* YOUR TASK:
Your reply should consist solely of the number of lines in the data that contain "IFCSHAPEREPRESENTATION".

- Opening Delimiter -

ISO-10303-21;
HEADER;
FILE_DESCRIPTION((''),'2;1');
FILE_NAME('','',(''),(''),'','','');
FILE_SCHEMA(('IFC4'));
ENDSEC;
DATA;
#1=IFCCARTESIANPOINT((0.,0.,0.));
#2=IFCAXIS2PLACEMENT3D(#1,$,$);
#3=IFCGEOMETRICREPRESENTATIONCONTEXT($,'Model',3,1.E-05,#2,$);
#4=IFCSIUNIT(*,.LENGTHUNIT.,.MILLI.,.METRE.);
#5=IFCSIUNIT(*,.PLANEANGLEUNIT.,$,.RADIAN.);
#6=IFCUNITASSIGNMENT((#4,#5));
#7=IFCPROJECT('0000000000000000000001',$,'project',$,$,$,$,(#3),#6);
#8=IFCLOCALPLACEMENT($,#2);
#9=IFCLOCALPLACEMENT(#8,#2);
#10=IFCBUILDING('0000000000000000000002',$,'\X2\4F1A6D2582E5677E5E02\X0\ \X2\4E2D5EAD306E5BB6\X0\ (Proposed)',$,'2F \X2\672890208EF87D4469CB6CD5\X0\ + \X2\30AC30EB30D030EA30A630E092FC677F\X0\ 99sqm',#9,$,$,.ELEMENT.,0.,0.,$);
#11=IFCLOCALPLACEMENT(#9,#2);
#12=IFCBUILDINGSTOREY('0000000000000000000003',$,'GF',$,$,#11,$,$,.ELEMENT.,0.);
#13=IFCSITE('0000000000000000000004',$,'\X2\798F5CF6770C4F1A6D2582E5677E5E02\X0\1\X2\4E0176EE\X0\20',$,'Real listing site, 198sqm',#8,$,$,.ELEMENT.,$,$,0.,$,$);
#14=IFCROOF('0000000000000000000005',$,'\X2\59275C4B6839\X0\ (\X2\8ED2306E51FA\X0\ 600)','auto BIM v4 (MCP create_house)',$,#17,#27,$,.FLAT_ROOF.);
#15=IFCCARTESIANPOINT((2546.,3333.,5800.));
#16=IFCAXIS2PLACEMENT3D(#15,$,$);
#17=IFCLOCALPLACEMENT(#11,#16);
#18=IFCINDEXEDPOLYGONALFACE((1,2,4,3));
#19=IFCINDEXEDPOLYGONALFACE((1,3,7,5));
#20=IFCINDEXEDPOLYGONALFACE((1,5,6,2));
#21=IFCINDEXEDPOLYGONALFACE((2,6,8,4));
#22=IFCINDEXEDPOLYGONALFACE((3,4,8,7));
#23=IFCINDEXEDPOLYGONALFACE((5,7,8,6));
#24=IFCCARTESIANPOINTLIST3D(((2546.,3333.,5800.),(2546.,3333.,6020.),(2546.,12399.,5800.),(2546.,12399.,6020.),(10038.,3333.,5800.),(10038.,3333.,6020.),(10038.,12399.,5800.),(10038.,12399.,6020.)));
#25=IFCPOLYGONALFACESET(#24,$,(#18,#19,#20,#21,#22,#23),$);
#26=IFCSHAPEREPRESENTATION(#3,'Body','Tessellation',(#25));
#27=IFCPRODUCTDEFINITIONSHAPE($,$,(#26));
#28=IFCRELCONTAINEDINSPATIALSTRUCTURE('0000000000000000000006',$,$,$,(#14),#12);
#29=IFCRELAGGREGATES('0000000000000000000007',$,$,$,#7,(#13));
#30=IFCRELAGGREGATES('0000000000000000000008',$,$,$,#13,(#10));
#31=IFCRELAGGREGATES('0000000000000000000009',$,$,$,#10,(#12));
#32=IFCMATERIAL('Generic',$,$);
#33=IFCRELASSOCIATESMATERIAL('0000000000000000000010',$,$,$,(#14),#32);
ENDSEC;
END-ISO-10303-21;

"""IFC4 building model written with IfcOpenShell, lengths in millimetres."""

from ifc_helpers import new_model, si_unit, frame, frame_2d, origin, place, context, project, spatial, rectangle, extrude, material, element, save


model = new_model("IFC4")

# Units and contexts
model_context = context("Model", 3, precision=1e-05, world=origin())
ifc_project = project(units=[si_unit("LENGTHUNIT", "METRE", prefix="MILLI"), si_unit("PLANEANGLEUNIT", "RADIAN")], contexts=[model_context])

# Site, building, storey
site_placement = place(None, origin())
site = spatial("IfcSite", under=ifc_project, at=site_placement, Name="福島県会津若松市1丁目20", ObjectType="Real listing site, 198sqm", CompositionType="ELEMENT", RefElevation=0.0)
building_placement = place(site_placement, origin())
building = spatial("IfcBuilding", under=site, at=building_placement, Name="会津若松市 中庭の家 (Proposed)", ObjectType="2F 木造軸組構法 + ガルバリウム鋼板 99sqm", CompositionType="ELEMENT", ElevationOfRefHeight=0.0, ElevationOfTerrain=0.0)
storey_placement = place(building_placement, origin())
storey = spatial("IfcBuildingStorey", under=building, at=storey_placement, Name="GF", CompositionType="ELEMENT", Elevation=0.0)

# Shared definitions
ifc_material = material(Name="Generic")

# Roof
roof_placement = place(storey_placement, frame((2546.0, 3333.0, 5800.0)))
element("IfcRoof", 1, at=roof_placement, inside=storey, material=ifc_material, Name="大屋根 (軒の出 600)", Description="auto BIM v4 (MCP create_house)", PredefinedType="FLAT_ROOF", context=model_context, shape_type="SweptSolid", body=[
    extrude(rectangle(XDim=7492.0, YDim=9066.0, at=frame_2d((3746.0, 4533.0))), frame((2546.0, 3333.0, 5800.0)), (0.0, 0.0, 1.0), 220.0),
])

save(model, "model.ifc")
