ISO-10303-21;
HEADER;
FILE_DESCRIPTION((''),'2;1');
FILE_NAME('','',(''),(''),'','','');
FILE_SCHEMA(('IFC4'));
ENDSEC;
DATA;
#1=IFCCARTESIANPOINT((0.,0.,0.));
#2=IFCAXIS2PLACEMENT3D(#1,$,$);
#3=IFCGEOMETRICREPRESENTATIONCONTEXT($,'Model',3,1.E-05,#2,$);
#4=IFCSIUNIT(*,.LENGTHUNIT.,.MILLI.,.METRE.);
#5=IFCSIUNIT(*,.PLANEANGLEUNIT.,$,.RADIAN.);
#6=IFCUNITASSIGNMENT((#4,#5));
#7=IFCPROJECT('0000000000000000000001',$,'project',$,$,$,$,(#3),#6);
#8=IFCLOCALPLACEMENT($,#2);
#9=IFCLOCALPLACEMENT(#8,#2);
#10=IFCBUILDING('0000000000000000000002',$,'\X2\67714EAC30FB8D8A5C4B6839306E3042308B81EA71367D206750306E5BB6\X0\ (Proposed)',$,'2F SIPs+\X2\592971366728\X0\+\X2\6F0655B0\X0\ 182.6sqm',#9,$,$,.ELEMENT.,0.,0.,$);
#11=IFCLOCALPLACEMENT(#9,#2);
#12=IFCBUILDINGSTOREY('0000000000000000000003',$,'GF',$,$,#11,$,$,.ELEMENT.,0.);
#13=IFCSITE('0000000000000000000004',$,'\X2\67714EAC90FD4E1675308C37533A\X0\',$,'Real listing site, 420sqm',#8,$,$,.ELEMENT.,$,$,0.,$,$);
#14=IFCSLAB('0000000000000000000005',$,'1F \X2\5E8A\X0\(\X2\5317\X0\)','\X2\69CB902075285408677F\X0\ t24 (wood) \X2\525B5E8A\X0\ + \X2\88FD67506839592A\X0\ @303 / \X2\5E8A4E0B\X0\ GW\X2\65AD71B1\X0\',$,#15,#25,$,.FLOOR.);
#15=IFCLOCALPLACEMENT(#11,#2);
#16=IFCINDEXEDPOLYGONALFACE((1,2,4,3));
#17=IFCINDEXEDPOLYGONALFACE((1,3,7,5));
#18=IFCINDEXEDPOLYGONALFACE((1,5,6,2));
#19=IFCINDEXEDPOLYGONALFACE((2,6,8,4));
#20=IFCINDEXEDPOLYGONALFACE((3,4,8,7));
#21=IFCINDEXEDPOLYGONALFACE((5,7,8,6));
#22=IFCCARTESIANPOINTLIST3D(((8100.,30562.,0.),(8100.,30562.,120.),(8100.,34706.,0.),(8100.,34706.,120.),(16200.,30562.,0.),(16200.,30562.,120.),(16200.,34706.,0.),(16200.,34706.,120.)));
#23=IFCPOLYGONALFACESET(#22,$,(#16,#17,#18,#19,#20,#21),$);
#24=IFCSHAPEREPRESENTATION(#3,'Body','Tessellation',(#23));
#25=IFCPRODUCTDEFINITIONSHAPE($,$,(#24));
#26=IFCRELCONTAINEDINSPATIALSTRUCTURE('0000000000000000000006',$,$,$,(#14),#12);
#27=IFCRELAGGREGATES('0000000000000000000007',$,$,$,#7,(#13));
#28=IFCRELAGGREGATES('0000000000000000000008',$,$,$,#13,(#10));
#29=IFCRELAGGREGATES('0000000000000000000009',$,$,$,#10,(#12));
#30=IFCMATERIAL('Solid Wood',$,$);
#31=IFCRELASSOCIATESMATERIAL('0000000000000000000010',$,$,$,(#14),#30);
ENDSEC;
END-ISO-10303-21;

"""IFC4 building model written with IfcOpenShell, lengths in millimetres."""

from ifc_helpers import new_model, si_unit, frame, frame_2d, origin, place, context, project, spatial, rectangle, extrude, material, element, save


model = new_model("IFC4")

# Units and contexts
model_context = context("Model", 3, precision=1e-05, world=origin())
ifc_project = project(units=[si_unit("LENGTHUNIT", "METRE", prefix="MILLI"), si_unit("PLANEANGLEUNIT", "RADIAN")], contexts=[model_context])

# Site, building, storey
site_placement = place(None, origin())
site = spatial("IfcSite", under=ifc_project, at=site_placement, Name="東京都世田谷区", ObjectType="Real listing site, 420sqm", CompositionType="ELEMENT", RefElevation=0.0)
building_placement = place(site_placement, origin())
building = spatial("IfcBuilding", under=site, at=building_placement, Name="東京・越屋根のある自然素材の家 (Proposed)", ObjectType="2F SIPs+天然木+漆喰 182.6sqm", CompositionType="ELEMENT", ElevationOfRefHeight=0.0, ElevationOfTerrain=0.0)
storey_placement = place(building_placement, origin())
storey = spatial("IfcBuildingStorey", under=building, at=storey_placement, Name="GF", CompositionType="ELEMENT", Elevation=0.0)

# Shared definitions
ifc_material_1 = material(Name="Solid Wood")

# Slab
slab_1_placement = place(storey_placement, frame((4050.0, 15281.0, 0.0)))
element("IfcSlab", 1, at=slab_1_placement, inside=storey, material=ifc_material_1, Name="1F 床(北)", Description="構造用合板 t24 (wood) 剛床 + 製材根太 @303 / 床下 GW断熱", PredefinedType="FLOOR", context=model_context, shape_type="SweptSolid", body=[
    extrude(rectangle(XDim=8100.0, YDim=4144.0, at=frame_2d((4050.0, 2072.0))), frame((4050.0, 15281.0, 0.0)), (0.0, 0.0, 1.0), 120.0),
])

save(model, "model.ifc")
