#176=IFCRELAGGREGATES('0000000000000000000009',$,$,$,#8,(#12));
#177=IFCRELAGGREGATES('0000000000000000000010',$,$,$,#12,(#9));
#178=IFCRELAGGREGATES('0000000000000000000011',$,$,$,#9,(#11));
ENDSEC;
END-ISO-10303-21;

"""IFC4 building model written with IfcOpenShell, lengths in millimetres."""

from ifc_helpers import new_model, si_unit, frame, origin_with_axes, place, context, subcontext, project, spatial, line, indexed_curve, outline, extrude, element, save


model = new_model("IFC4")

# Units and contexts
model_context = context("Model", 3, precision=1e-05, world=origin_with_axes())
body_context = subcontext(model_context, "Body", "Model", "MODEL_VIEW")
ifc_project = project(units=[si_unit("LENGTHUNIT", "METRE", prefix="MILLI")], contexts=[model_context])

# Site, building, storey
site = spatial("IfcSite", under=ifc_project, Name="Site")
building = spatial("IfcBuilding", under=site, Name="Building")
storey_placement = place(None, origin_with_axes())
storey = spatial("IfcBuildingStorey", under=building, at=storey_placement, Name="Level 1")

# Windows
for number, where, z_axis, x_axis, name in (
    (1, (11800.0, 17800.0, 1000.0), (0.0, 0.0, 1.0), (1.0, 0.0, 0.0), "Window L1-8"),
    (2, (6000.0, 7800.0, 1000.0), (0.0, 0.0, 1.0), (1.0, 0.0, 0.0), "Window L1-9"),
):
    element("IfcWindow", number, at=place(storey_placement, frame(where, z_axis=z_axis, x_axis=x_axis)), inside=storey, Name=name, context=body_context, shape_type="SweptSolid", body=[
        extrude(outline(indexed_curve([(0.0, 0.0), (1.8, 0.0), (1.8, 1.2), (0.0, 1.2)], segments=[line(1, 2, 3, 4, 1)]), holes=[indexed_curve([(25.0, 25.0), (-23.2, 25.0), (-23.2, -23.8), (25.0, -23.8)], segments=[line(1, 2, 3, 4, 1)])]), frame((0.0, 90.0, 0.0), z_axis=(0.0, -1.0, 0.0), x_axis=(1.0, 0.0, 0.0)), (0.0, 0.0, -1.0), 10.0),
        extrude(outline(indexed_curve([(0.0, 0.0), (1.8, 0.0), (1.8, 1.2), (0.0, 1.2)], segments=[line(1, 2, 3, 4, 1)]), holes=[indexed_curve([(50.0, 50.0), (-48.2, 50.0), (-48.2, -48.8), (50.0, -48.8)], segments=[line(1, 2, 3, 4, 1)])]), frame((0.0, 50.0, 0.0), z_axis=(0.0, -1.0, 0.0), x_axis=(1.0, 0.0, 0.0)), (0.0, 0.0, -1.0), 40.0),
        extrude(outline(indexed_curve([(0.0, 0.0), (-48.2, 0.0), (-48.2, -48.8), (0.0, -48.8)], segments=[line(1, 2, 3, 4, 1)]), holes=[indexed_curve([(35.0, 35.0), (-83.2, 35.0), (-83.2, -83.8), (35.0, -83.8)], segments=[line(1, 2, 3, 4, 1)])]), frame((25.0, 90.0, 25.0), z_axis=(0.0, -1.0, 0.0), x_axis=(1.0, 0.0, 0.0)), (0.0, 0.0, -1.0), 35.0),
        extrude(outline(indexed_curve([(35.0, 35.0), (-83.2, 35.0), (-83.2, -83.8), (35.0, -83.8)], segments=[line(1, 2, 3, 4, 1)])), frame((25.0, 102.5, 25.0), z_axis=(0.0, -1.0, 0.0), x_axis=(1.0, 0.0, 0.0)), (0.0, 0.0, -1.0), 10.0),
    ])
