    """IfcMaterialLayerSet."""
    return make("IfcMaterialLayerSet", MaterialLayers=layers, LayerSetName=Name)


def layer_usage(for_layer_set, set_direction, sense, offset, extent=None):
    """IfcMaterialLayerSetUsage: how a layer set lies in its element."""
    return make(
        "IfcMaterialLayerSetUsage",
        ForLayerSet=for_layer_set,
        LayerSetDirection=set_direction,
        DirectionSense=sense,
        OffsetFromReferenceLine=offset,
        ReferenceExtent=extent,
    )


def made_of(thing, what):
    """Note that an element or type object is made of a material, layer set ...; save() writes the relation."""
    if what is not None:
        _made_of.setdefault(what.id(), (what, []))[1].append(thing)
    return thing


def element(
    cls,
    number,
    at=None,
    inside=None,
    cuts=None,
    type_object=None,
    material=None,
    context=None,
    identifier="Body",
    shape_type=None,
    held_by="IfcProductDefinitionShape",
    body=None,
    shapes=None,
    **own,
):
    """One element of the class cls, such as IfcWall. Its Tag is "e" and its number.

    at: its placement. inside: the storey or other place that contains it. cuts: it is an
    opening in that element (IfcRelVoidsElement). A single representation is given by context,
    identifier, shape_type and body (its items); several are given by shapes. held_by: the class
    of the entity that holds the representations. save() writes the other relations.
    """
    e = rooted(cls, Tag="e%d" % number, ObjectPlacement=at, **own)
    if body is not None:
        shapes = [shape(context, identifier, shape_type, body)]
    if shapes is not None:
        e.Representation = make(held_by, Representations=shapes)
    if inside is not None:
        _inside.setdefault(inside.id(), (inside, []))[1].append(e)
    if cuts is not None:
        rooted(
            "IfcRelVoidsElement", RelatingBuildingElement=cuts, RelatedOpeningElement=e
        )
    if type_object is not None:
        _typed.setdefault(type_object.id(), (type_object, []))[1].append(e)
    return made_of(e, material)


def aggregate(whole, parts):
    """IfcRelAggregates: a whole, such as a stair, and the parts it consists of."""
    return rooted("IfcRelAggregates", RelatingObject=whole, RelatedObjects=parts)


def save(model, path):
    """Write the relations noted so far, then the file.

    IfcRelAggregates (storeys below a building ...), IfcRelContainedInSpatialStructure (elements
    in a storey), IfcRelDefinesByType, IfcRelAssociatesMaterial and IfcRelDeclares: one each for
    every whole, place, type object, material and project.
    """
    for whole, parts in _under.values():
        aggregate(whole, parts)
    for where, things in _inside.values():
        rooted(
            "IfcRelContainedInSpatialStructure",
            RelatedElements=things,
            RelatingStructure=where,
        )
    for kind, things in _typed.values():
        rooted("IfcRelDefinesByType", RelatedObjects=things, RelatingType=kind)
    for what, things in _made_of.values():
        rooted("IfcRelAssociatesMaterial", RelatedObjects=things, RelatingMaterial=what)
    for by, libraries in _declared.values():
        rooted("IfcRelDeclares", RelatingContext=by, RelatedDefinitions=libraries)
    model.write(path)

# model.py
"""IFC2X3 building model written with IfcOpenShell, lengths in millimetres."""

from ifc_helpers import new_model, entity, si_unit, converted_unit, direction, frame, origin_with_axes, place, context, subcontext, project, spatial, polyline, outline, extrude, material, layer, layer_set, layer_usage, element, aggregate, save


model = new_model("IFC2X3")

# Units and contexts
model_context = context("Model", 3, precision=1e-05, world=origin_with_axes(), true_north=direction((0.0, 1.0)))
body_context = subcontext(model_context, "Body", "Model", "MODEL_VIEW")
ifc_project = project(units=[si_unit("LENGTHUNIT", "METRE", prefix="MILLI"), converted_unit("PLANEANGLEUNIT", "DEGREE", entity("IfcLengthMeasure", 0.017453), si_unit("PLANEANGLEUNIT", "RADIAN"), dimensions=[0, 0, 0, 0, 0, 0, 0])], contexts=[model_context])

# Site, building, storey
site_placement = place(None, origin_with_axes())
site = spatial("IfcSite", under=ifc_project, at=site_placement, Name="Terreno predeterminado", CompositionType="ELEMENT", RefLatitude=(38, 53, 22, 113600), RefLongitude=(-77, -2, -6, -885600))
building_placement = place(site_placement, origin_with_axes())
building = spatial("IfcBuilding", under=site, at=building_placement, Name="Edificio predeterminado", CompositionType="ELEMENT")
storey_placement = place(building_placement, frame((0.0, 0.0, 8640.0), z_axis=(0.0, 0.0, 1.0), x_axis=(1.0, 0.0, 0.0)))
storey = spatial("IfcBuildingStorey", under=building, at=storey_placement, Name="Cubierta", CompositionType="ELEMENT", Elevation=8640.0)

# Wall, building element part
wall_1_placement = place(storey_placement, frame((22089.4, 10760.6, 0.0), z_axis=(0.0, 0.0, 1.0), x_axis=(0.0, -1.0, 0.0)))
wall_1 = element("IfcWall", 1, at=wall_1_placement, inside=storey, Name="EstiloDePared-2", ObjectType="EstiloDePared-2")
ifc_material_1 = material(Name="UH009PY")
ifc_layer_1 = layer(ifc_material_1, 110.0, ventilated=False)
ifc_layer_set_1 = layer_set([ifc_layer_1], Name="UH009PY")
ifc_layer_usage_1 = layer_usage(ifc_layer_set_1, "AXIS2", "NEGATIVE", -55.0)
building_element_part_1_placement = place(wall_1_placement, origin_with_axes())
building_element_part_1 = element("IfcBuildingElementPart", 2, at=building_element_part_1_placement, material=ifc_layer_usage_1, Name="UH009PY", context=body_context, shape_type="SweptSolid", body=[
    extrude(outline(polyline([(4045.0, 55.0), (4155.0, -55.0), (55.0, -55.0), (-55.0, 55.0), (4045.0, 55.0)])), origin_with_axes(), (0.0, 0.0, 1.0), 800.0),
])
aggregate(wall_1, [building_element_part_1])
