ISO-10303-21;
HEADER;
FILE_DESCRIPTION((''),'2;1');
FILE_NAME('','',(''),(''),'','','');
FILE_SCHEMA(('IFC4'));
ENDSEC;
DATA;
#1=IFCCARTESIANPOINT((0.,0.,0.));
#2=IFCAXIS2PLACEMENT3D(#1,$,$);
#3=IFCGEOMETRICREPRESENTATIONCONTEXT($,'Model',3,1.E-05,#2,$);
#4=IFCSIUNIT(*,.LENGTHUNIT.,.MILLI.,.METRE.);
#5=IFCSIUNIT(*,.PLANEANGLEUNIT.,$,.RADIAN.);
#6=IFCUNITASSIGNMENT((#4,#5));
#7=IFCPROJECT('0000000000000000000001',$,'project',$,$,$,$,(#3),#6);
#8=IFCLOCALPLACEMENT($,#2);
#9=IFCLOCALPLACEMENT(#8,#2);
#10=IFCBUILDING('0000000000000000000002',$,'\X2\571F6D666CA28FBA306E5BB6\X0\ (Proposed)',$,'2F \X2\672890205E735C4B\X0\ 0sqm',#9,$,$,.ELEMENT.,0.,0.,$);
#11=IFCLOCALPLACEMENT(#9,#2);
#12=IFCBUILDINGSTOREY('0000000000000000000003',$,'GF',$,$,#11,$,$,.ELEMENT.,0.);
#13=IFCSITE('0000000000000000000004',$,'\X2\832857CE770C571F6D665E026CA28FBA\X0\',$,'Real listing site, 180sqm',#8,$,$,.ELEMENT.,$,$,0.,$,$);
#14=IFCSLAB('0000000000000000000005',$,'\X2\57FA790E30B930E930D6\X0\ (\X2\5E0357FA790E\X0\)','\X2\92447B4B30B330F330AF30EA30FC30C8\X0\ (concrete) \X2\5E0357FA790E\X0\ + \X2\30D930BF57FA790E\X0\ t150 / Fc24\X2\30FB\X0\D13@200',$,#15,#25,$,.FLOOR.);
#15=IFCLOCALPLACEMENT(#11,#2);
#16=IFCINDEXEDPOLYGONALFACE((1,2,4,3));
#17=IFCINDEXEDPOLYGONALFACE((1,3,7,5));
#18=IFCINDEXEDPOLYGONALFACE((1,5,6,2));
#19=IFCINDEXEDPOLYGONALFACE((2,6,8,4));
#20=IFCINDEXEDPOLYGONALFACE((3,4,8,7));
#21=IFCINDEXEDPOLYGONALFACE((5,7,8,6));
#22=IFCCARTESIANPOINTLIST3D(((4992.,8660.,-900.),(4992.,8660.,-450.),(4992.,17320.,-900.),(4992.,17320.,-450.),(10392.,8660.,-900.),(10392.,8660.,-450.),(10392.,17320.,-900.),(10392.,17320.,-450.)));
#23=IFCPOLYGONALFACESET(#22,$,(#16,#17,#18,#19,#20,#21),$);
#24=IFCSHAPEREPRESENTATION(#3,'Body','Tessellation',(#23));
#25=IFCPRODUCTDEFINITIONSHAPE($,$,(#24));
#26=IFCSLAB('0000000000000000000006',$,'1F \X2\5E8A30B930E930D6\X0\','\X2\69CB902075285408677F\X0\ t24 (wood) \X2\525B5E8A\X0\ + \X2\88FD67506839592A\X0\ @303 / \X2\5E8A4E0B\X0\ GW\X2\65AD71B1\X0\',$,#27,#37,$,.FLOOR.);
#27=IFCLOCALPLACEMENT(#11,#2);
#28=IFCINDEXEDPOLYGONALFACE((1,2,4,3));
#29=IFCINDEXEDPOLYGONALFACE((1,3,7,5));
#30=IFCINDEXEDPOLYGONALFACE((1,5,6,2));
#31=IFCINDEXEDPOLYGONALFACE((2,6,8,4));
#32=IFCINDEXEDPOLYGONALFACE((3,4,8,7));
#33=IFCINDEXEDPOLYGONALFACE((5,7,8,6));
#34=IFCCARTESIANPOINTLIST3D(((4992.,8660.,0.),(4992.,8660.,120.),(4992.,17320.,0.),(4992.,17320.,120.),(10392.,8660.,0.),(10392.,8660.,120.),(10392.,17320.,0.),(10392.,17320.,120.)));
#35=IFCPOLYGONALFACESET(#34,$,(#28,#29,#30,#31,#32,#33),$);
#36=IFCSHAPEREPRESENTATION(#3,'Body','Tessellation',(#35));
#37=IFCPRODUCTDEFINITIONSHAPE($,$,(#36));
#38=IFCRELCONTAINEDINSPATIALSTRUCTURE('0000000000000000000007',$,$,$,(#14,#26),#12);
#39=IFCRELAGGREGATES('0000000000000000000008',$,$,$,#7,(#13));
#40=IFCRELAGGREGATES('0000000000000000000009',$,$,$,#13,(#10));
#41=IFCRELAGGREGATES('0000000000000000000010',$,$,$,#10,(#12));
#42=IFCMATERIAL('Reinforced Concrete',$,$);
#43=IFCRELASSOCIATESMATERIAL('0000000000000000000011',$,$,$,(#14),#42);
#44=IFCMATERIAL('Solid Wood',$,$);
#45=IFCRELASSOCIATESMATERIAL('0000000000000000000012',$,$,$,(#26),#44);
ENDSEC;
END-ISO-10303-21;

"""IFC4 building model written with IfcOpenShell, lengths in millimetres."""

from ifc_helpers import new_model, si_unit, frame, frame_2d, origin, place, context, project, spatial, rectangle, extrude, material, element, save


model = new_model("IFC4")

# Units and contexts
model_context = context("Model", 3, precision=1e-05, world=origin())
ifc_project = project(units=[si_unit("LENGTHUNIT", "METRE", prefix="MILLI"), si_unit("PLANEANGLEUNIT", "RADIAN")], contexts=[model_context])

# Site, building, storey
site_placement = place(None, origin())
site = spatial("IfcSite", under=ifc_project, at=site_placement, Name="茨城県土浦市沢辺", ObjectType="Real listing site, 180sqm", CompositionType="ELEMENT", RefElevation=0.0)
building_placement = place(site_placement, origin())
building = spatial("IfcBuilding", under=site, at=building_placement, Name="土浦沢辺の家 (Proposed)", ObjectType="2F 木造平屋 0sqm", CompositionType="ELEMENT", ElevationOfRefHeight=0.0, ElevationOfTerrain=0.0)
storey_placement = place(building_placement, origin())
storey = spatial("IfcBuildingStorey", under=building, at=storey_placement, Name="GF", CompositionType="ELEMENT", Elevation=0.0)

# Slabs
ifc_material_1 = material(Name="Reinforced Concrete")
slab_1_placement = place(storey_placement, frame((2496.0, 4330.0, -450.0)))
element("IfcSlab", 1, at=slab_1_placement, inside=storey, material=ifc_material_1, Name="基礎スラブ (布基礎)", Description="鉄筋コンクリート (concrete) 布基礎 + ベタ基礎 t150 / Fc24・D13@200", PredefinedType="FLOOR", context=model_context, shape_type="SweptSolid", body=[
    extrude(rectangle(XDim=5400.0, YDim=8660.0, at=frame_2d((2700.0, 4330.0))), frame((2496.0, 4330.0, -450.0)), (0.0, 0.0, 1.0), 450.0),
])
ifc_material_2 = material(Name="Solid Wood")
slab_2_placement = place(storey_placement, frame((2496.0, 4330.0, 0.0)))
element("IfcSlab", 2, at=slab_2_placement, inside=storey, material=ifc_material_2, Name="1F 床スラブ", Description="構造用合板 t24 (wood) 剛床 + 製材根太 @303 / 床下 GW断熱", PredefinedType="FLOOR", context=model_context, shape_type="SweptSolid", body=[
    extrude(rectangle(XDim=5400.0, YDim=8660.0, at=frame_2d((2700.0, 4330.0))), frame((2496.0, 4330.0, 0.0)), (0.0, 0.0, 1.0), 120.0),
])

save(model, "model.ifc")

- Closing Delimiter -

* WRITTEN RESPONSE:
4